• _DATA PROVIDED_
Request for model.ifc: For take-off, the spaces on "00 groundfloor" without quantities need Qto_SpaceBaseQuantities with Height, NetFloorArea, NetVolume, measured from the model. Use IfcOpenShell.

First a look at what the model holds.

```python
import ifcopenshell
import ifcopenshell.util.element
import ifcopenshell.util.unit

model = ifcopenshell.open("model.ifc")
print(model.schema)
for unit_type in ("LENGTHUNIT", "AREAUNIT", "VOLUMEUNIT"):
    print(unit_type, ifcopenshell.util.unit.calculate_unit_scale(model, unit_type))
storey = next(s for s in model.by_type("IfcBuildingStorey") if s.Name == "00 groundfloor")
spaces = [e for e in ifcopenshell.util.element.get_decomposition(storey) if e.is_a("IfcSpace")]
for e in sorted(spaces, key=lambda e: e.id()):
    print(e.id(), e.is_a(), e.Name, list(ifcopenshell.util.element.get_psets(e, qtos_only=True)), sep=" | ")
```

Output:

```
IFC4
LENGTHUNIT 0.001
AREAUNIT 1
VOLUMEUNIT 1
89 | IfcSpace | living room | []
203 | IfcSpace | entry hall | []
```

```python
import ifcopenshell
import ifcopenshell.api.pset
import ifcopenshell.geom
import ifcopenshell.util.element
import ifcopenshell.util.shape
import ifcopenshell.util.unit

model = ifcopenshell.open("model.ifc")
unit_scale = ifcopenshell.util.unit.calculate_unit_scale(model)
area_scale = ifcopenshell.util.unit.calculate_unit_scale(model, "AREAUNIT")
volume_scale = ifcopenshell.util.unit.calculate_unit_scale(model, "VOLUMEUNIT")
settings = ifcopenshell.geom.settings()

storey = next(s for s in model.by_type("IfcBuildingStorey") if s.Name == "00 groundfloor")
spaces = [e for e in ifcopenshell.util.element.get_decomposition(storey) if e.is_a("IfcSpace")]

for e in sorted(spaces, key=lambda e: e.id()):
    if ifcopenshell.util.element.get_psets(e, qtos_only=True, should_inherit=False):
        continue
    # Geometry comes back in metres, in the element's own axes.
    shape = ifcopenshell.geom.create_shape(settings, e)
    values = {
        "Height": ifcopenshell.util.shape.get_z(shape.geometry) / unit_scale,
        "NetFloorArea": ifcopenshell.util.shape.get_footprint_area(shape.geometry) / area_scale,
        "NetVolume": ifcopenshell.util.shape.get_volume(shape.geometry) / volume_scale,
    }
    qto = ifcopenshell.api.pset.add_qto(model, product=e, name="Qto_SpaceBaseQuantities")
    ifcopenshell.api.pset.edit_qto(model, qto=qto, properties=values)
    print(e.id(), {k: round(v, 3) for k, v in values.items()})

model.write("model_rev.ifc")
```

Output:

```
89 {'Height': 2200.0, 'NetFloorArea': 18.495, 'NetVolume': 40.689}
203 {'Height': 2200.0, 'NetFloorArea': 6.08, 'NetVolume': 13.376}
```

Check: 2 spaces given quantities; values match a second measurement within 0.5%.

• _EXERCISE_
Copy out the entire listing exactly.

• _WRITTEN SOLUTION_
Request for model.ifc: For take-off, the spaces on "00 groundfloor" without quantities need Qto_SpaceBaseQuantities with Height, NetFloorArea, NetVolume, measured from the model. Use IfcOpenShell.

First a look at what the model holds.

```python
import ifcopenshell
import ifcopenshell.util.element
import ifcopenshell.util.unit

model = ifcopenshell.open("model.ifc")
print(model.schema)
for unit_type in ("LENGTHUNIT", "AREAUNIT", "VOLUMEUNIT"):
    print(unit_type, ifcopenshell.util.unit.calculate_unit_scale(model, unit_type))
storey = next(s for s in model.by_type("IfcBuildingStorey") if s.Name == "00 groundfloor")
spaces = [e for e in ifcopenshell.util.element.get_decomposition(storey) if e.is_a("IfcSpace")]
for e in sorted(spaces, key=lambda e: e.id()):
    print(e.id(), e.is_a(), e.Name, list(ifcopenshell.util.element.get_psets(e, qtos_only=True)), sep=" | ")
```

Output:

```
IFC4
LENGTHUNIT 0.001
AREAUNIT 1
VOLUMEUNIT 1
89 | IfcSpace | living room | []
203 | IfcSpace | entry hall | []
```

```python
import ifcopenshell
import ifcopenshell.api.pset
import ifcopenshell.geom
import ifcopenshell.util.element
import ifcopenshell.util.shape
import ifcopenshell.util.unit

model = ifcopenshell.open("model.ifc")
unit_scale = ifcopenshell.util.unit.calculate_unit_scale(model)
area_scale = ifcopenshell.util.unit.calculate_unit_scale(model, "AREAUNIT")
volume_scale = ifcopenshell.util.unit.calculate_unit_scale(model, "VOLUMEUNIT")
settings = ifcopenshell.geom.settings()

storey = next(s for s in model.by_type("IfcBuildingStorey") if s.Name == "00 groundfloor")
spaces = [e for e in ifcopenshell.util.element.get_decomposition(storey) if e.is_a("IfcSpace")]

for e in sorted(spaces, key=lambda e: e.id()):
    if ifcopenshell.util.element.get_psets(e, qtos_only=True, should_inherit=False):
        continue
    # Geometry comes back in metres, in the element's own axes.
    shape = ifcopenshell.geom.create_shape(settings, e)
    values = {
        "Height": ifcopenshell.util.shape.get_z(shape.geometry) / unit_scale,
        "NetFloorArea": ifcopenshell.util.shape.get_footprint_area(shape.geometry) / area_scale,
        "NetVolume": ifcopenshell.util.shape.get_volume(shape.geometry) / volume_scale,
    }
    qto = ifcopenshell.api.pset.add_qto(model, product=e, name="Qto_SpaceBaseQuantities")
    ifcopenshell.api.pset.edit_qto(model, qto=qto, properties=values)
    print(e.id(), {k: round(v, 3) for k, v in values.items()})

model.write("model_rev.ifc")
```

Output:

```
89 {'Height': 2200.0, 'NetFloorArea': 18.495, 'NetVolume': 40.689}
203 {'Height': 2200.0, 'NetFloorArea': 6.08, 'NetVolume': 13.376}
```

Check: 2 spaces given quantities; values match a second measurement within 0.5%.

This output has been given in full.